*Requirement*
Find the line holding "#179=IFCINDEXEDPOLYGONALFACE((1,5,6,10,9,13,14,2));" in the entries below. Give it again exactly, along with every line after it up to and including the line holding "#185=IFCINDEXEDPOLYGONALFACE((9,11,15,13));".

━━━━━━

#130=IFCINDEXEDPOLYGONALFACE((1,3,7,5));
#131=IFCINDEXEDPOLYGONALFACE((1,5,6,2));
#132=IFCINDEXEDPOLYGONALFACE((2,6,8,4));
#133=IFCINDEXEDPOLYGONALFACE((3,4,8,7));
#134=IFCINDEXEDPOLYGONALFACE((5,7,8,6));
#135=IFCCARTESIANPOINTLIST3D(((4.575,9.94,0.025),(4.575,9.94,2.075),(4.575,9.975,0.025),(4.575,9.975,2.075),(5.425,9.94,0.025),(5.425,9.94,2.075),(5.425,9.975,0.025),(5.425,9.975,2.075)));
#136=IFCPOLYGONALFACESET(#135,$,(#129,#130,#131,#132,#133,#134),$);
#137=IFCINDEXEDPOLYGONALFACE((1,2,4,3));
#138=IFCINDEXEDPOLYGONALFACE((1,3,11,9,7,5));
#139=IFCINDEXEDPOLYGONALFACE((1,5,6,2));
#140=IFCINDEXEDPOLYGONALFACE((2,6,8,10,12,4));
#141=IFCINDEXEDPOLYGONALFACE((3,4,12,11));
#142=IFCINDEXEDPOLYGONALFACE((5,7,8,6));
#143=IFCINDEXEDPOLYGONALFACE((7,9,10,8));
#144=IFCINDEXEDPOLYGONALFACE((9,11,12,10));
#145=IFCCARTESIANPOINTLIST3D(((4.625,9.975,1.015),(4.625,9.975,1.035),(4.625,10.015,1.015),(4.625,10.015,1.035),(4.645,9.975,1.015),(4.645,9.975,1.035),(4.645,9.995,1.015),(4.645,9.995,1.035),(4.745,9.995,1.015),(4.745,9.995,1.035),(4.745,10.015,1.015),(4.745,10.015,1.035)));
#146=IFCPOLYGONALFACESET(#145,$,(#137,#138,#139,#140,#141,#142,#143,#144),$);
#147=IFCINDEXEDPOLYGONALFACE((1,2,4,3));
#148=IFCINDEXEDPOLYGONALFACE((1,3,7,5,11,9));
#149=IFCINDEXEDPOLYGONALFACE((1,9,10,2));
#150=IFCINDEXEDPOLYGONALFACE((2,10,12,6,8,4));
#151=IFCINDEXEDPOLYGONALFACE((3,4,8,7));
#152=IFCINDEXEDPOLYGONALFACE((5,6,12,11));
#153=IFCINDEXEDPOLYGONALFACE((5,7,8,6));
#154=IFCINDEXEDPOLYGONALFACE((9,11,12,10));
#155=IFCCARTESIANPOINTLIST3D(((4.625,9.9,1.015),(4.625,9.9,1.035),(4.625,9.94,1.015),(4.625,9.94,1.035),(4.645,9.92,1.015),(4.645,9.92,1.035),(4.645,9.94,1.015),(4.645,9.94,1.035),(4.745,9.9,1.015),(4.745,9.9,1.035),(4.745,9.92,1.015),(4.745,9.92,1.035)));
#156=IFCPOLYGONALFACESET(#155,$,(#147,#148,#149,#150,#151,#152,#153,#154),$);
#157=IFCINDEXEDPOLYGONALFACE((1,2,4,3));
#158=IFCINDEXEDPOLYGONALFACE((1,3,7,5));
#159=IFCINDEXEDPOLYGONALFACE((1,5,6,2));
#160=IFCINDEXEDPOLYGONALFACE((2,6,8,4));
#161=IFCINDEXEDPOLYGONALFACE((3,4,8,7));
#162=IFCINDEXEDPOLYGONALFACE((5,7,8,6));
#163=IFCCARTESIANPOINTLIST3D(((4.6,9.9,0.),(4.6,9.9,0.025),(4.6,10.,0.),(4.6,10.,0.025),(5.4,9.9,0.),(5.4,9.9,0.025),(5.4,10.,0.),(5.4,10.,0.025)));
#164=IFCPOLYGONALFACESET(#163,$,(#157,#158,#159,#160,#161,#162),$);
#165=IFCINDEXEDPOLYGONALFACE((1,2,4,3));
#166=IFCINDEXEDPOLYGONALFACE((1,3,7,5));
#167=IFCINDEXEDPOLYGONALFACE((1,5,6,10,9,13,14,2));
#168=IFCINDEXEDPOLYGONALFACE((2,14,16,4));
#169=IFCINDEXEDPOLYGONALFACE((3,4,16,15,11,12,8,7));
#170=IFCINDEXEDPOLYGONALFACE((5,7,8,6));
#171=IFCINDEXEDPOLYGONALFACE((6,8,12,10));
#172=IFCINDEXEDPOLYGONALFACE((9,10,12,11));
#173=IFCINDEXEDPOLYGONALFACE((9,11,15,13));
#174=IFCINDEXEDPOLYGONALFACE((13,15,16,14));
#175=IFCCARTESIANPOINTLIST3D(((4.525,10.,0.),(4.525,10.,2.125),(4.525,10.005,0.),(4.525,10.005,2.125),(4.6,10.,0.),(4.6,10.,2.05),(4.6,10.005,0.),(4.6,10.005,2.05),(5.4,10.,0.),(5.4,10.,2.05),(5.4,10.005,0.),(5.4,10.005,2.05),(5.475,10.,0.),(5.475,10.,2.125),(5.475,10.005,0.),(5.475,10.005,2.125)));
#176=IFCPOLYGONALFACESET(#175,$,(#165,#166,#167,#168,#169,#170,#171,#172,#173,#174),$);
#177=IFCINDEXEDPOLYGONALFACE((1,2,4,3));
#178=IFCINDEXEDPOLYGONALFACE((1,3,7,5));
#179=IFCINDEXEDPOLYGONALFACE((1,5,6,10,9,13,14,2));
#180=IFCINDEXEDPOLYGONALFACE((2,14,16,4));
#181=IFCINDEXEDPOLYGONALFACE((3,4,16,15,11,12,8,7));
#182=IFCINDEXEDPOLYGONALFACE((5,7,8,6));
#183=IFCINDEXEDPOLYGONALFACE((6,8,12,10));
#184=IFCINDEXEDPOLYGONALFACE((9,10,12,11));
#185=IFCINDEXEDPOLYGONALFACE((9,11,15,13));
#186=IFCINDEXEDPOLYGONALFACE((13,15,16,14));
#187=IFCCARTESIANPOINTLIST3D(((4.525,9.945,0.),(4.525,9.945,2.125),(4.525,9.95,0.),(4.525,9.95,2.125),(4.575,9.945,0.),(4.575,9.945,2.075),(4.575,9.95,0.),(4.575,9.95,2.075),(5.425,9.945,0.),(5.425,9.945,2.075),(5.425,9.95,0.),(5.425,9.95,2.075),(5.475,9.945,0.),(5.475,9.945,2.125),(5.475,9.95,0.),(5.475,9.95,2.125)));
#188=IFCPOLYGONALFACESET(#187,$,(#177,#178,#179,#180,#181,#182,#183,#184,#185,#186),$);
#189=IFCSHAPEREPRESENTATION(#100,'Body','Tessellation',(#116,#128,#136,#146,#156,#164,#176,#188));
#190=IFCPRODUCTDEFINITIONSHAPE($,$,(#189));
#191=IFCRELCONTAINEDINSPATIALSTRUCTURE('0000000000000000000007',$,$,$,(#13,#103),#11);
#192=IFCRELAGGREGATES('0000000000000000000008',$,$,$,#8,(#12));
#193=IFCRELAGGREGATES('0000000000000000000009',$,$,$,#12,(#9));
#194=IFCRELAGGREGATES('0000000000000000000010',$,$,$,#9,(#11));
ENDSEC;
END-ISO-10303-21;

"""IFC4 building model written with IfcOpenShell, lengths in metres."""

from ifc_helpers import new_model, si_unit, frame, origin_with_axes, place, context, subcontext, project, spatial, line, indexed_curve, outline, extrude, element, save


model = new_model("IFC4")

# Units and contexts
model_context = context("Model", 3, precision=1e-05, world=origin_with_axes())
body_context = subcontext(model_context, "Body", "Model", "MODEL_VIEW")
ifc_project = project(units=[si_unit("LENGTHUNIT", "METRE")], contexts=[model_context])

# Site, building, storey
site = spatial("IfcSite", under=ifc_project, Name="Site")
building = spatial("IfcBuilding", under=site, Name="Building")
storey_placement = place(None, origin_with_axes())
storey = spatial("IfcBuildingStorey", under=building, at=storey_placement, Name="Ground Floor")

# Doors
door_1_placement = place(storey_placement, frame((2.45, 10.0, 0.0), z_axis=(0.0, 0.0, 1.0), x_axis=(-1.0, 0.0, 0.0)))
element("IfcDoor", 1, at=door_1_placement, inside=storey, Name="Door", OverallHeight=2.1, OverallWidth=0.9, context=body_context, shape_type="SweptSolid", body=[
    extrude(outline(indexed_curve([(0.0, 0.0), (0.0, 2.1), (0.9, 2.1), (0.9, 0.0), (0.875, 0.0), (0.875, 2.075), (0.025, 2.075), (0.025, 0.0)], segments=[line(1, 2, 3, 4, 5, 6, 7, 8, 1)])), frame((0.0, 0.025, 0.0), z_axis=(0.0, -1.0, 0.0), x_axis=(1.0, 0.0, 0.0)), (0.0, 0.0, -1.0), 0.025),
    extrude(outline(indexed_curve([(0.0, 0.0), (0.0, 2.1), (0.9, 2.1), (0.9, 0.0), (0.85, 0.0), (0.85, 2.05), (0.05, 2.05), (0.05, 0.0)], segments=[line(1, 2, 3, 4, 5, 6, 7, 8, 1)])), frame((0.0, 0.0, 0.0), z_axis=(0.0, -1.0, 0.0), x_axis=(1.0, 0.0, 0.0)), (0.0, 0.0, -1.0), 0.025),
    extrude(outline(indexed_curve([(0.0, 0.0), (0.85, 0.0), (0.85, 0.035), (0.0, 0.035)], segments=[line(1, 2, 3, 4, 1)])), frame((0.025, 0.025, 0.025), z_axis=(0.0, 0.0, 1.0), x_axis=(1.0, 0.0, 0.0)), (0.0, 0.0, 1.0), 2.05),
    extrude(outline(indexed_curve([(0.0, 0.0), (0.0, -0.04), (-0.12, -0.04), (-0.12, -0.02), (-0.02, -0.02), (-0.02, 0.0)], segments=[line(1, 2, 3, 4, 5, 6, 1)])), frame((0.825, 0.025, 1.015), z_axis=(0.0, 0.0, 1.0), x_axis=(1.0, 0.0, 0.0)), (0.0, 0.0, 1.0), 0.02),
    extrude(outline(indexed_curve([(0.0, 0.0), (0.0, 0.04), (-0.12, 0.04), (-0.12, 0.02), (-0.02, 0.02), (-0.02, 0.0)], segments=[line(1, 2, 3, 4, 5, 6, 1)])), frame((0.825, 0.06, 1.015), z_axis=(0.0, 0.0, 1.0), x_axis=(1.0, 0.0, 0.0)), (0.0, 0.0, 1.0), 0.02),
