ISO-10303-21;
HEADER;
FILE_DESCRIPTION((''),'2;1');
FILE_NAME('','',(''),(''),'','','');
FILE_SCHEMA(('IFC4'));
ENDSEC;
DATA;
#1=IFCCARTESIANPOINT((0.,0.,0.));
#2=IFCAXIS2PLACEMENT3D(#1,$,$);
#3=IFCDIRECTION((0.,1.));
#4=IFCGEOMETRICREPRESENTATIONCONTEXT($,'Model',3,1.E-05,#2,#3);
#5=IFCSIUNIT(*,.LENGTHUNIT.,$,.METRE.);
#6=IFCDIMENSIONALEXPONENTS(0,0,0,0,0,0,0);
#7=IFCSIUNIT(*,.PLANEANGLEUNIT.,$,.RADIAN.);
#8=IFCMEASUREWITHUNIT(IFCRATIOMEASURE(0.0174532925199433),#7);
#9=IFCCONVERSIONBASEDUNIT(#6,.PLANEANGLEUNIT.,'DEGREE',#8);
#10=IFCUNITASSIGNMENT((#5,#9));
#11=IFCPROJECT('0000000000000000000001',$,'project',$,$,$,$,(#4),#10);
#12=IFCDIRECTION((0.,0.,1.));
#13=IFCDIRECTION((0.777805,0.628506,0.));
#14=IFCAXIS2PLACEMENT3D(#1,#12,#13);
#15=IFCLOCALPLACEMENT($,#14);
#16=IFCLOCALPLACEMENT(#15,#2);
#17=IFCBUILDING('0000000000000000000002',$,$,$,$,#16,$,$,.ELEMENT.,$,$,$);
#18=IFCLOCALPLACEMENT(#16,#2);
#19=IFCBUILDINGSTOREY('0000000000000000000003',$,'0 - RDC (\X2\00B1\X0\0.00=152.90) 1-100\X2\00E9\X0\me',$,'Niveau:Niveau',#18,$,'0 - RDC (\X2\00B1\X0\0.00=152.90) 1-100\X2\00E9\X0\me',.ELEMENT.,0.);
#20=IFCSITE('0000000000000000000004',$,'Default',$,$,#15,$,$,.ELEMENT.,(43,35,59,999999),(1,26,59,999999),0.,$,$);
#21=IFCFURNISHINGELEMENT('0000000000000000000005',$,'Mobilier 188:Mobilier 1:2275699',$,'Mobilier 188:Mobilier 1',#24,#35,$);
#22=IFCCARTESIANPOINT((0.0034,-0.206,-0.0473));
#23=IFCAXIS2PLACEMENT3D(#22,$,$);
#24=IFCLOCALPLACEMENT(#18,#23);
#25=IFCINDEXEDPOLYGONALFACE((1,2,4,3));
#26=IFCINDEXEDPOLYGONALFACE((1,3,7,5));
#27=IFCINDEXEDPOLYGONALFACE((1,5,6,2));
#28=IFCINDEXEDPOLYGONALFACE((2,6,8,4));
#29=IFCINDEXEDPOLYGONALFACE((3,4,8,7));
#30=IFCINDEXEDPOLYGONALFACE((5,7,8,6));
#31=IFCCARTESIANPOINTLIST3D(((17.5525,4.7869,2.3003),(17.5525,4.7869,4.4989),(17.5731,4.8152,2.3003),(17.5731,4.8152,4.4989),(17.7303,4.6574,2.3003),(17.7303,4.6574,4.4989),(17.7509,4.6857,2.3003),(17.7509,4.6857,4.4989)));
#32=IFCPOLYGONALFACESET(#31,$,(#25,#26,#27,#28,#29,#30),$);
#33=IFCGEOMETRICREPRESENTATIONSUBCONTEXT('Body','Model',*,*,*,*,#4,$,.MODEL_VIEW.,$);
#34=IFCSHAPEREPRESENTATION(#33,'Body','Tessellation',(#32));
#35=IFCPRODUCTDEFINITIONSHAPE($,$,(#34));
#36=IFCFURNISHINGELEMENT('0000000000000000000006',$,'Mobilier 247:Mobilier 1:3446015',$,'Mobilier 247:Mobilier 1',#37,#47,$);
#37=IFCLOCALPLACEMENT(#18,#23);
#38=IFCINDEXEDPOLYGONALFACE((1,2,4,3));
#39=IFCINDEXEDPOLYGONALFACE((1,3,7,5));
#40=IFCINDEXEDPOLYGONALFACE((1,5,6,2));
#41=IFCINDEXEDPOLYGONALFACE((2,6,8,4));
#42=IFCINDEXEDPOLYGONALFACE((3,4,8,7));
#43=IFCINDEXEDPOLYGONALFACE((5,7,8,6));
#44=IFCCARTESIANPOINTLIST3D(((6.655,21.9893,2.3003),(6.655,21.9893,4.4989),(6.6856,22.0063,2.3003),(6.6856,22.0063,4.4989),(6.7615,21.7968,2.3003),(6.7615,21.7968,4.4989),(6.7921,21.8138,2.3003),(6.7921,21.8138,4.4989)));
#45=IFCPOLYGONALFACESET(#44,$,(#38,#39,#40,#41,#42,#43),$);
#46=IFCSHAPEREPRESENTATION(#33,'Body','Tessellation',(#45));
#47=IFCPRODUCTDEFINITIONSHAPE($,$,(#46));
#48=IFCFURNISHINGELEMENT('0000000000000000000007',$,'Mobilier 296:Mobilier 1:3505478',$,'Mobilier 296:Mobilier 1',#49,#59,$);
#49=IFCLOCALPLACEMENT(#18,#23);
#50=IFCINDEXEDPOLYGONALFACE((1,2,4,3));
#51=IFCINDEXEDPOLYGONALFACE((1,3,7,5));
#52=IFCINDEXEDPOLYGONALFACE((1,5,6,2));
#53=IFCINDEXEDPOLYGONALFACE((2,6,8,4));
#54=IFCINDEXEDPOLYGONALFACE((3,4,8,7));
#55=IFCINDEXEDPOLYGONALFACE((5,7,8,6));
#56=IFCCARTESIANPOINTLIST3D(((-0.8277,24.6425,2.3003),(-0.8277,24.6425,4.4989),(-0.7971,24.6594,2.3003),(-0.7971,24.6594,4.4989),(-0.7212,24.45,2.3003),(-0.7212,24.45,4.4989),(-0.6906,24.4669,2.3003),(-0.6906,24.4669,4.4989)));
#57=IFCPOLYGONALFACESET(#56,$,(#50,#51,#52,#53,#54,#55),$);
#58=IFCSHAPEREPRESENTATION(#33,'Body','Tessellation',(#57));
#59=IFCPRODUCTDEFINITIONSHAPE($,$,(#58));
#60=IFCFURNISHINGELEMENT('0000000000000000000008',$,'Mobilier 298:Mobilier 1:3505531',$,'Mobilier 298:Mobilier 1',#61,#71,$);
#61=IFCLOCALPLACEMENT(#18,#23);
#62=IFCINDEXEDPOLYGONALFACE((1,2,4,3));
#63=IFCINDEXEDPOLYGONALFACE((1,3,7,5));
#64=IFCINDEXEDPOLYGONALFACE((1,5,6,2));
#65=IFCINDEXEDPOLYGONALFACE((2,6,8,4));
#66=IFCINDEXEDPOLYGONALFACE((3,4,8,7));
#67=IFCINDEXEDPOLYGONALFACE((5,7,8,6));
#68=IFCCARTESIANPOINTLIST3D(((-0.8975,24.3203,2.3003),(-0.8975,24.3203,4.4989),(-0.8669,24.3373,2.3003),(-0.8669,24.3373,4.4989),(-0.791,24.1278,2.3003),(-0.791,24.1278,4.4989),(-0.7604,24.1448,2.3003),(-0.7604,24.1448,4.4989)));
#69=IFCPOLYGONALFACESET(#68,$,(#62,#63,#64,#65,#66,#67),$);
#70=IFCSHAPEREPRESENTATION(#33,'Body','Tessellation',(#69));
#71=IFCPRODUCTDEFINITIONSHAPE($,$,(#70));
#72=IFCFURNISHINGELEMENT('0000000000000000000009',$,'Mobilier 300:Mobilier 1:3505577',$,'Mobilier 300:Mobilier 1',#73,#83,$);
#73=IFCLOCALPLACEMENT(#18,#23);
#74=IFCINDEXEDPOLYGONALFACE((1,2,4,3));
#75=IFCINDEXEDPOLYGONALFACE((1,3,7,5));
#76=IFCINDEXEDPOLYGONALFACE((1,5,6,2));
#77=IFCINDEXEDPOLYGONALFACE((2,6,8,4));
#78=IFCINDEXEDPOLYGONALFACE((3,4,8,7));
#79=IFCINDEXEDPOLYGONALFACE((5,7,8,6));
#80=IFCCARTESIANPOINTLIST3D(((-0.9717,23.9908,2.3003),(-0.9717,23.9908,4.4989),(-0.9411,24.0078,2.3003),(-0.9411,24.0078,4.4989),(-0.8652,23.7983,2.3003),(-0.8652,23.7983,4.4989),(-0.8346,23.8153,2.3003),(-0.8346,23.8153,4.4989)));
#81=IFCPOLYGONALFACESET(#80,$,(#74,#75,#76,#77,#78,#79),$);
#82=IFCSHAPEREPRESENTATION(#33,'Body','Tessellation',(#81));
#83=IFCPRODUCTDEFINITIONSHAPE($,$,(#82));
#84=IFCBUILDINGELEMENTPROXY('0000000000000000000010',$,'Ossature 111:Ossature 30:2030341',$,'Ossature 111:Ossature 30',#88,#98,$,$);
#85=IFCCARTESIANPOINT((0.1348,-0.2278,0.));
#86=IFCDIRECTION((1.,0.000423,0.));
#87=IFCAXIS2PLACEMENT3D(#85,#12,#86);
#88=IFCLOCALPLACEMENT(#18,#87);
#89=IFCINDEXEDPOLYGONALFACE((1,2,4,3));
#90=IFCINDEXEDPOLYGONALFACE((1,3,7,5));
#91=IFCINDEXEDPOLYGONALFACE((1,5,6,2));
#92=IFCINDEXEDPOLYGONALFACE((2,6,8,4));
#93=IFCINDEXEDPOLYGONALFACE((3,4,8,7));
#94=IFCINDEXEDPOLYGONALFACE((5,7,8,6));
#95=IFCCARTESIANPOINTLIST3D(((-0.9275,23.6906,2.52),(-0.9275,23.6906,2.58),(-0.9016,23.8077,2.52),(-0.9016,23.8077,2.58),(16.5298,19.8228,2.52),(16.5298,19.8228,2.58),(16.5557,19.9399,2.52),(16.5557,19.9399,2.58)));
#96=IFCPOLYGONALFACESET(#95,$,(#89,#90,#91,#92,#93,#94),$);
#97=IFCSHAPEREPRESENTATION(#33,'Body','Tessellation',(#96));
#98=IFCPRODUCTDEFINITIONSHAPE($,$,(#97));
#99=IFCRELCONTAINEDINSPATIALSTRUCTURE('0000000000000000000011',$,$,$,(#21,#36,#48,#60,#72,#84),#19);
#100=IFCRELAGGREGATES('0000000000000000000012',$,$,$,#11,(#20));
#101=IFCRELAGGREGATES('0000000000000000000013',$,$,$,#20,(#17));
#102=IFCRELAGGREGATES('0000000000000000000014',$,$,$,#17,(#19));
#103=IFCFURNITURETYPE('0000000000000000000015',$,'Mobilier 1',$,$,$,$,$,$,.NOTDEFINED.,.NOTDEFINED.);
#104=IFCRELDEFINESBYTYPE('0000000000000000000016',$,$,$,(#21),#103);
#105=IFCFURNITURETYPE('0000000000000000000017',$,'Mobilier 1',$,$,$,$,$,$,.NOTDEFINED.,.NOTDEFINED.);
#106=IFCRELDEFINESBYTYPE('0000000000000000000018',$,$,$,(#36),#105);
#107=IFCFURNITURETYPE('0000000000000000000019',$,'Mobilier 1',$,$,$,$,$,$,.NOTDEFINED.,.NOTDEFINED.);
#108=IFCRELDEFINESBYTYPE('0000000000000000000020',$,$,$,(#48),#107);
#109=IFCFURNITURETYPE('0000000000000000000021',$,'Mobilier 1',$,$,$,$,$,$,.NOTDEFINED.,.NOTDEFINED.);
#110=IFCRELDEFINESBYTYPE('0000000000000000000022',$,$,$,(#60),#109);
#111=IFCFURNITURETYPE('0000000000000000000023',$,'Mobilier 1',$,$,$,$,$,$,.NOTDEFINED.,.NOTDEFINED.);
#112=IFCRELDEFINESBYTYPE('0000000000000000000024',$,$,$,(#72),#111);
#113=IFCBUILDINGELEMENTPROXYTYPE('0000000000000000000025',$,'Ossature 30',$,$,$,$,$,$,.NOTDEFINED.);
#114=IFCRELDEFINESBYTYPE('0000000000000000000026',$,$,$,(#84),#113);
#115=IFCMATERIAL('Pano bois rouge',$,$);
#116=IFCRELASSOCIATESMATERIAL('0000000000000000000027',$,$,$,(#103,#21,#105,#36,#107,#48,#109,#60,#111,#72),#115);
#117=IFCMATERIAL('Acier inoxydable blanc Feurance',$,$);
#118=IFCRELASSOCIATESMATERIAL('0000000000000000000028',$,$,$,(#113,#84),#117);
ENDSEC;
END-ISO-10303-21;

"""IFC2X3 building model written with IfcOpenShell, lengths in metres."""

from ifc_helpers import new_model, entity, si_unit, converted_unit, direction, frame, frame_2d, origin, origin_2d_with_axis, place, context, subcontext, project, spatial, rectangle, extrude, source, transform, mapped, material, type_object, type_shapes, element, save


model = new_model("IFC2X3")

# Units and contexts
model_context = context("Model", 3, precision=1e-05, world=origin(), true_north=direction((0.0, 1.0)))
body_context = subcontext(model_context, "Body", "Model", "MODEL_VIEW")
ifc_project = project(units=[si_unit("LENGTHUNIT", "METRE"), converted_unit("PLANEANGLEUNIT", "DEGREE", entity("IfcRatioMeasure", 0.0174532925199433), si_unit("PLANEANGLEUNIT", "RADIAN"), dimensions=[0, 0, 0, 0, 0, 0, 0])], contexts=[model_context])

# Site, building, storey
site_placement = place(None, frame((0.0, 0.0, 0.0), z_axis=(0.0, 0.0, 1.0), x_axis=(0.777805, 0.628506, 0.0)))
site = spatial("IfcSite", under=ifc_project, at=site_placement, Name="Default", CompositionType="ELEMENT", RefLatitude=(43, 35, 59, 999999), RefLongitude=(1, 26, 59, 999999), RefElevation=0.0)
building_placement = place(site_placement, origin())
building = spatial("IfcBuilding", under=site, at=building_placement, CompositionType="ELEMENT")
storey_placement = place(building_placement, origin())
storey = spatial("IfcBuildingStorey", under=building, at=storey_placement, Name="0 - RDC (±0.00=152.90) 1-100éme", ObjectType="Niveau:Niveau", LongName="0 - RDC (±0.00=152.90) 1-100éme", CompositionType="ELEMENT", Elevation=0.0)

# Furnishing elements
ifc_material_1 = material(Name="Pano bois rouge")
furniture_type_1 = type_object("IfcFurnitureType", Name="Mobilier 1", material=ifc_material_1)
shared_shape_1 = source(origin(), body_context, "Body", "SweptSolid", [
    extrude(rectangle(XDim=0.035, YDim=0.22, at=frame_2d((0.0, 0.0), x_axis=(1.0, 0.0))), frame((17.6517, 4.7363, 2.3003), z_axis=(0.0, 0.0, 1.0), x_axis=(-0.588424, -0.808553, 0.0)), (0.0, 0.0, 1.0), 2.1986),
])
type_shapes(furniture_type_1, [shared_shape_1])
furnishing_1_placement = place(storey_placement, frame((0.0034, -0.206, -0.0473)))
element("IfcFurnishingElement", 1, at=furnishing_1_placement, inside=storey, type_object=furniture_type_1, material=ifc_material_1, Name="Mobilier 188:Mobilier 1:2275699", ObjectType="Mobilier 188:Mobilier 1", context=body_context, shape_type="MappedRepresentation", body=[
    mapped(shared_shape_1, transform((0.0, 0.0, 0.0), scale=1.0)),
])
furniture_type_2 = type_object("IfcFurnitureType", Name="Mobilier 1", material=ifc_material_1)
shared_shape_2 = source(origin(), body_context, "Body", "SweptSolid", [
    extrude(rectangle(XDim=0.035, YDim=0.22, at=origin_2d_with_axis()), frame((6.7235, 21.9016, 2.3003), z_axis=(0.0, 0.0, 1.0), x_axis=(-0.875002, -0.484119, 0.0)), (0.0, 0.0, 1.0), 2.1986),
])
type_shapes(furniture_type_2, [shared_shape_2])
furnishing_2_placement = place(storey_placement, frame((0.0034, -0.206, -0.0473)))
element("IfcFurnishingElement", 2, at=furnishing_2_placement, inside=storey, type_object=furniture_type_2, material=ifc_material_1, Name="Mobilier 247:Mobilier 1:3446015", ObjectType="Mobilier 247:Mobilier 1", context=body_context, shape_type="MappedRepresentation", body=[
    mapped(shared_shape_2, transform((0.0, 0.0, 0.0), scale=1.0)),
])
furniture_type_3 = type_object("IfcFurnitureType", Name="Mobilier 1", material=ifc_material_1)
shared_shape_3 = source(origin(), body_context, "Body", "SweptSolid", [
    extrude(rectangle(XDim=0.035, YDim=0.22, at=frame_2d((0.0, 0.0), x_axis=(1.0, 0.0))), frame((-0.7592, 24.5547, 2.3003), z_axis=(0.0, 0.0, 1.0), x_axis=(-0.875002, -0.484119, 0.0)), (0.0, 0.0, 1.0), 2.1986),
])
type_shapes(furniture_type_3, [shared_shape_3])
furnishing_3_placement = place(storey_placement, frame((0.0034, -0.206, -0.0473)))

━━━━━━

*Solution below*
#179=IFCINDEXEDPOLYGONALFACE((1,5,6,10,9,13,14,2));
#180=IFCINDEXEDPOLYGONALFACE((2,14,16,4));
#181=IFCINDEXEDPOLYGONALFACE((3,4,16,15,11,12,8,7));
#182=IFCINDEXEDPOLYGONALFACE((5,7,8,6));
#183=IFCINDEXEDPOLYGONALFACE((6,8,12,10));
#184=IFCINDEXEDPOLYGONALFACE((9,10,12,11));
#185=IFCINDEXEDPOLYGONALFACE((9,11,15,13));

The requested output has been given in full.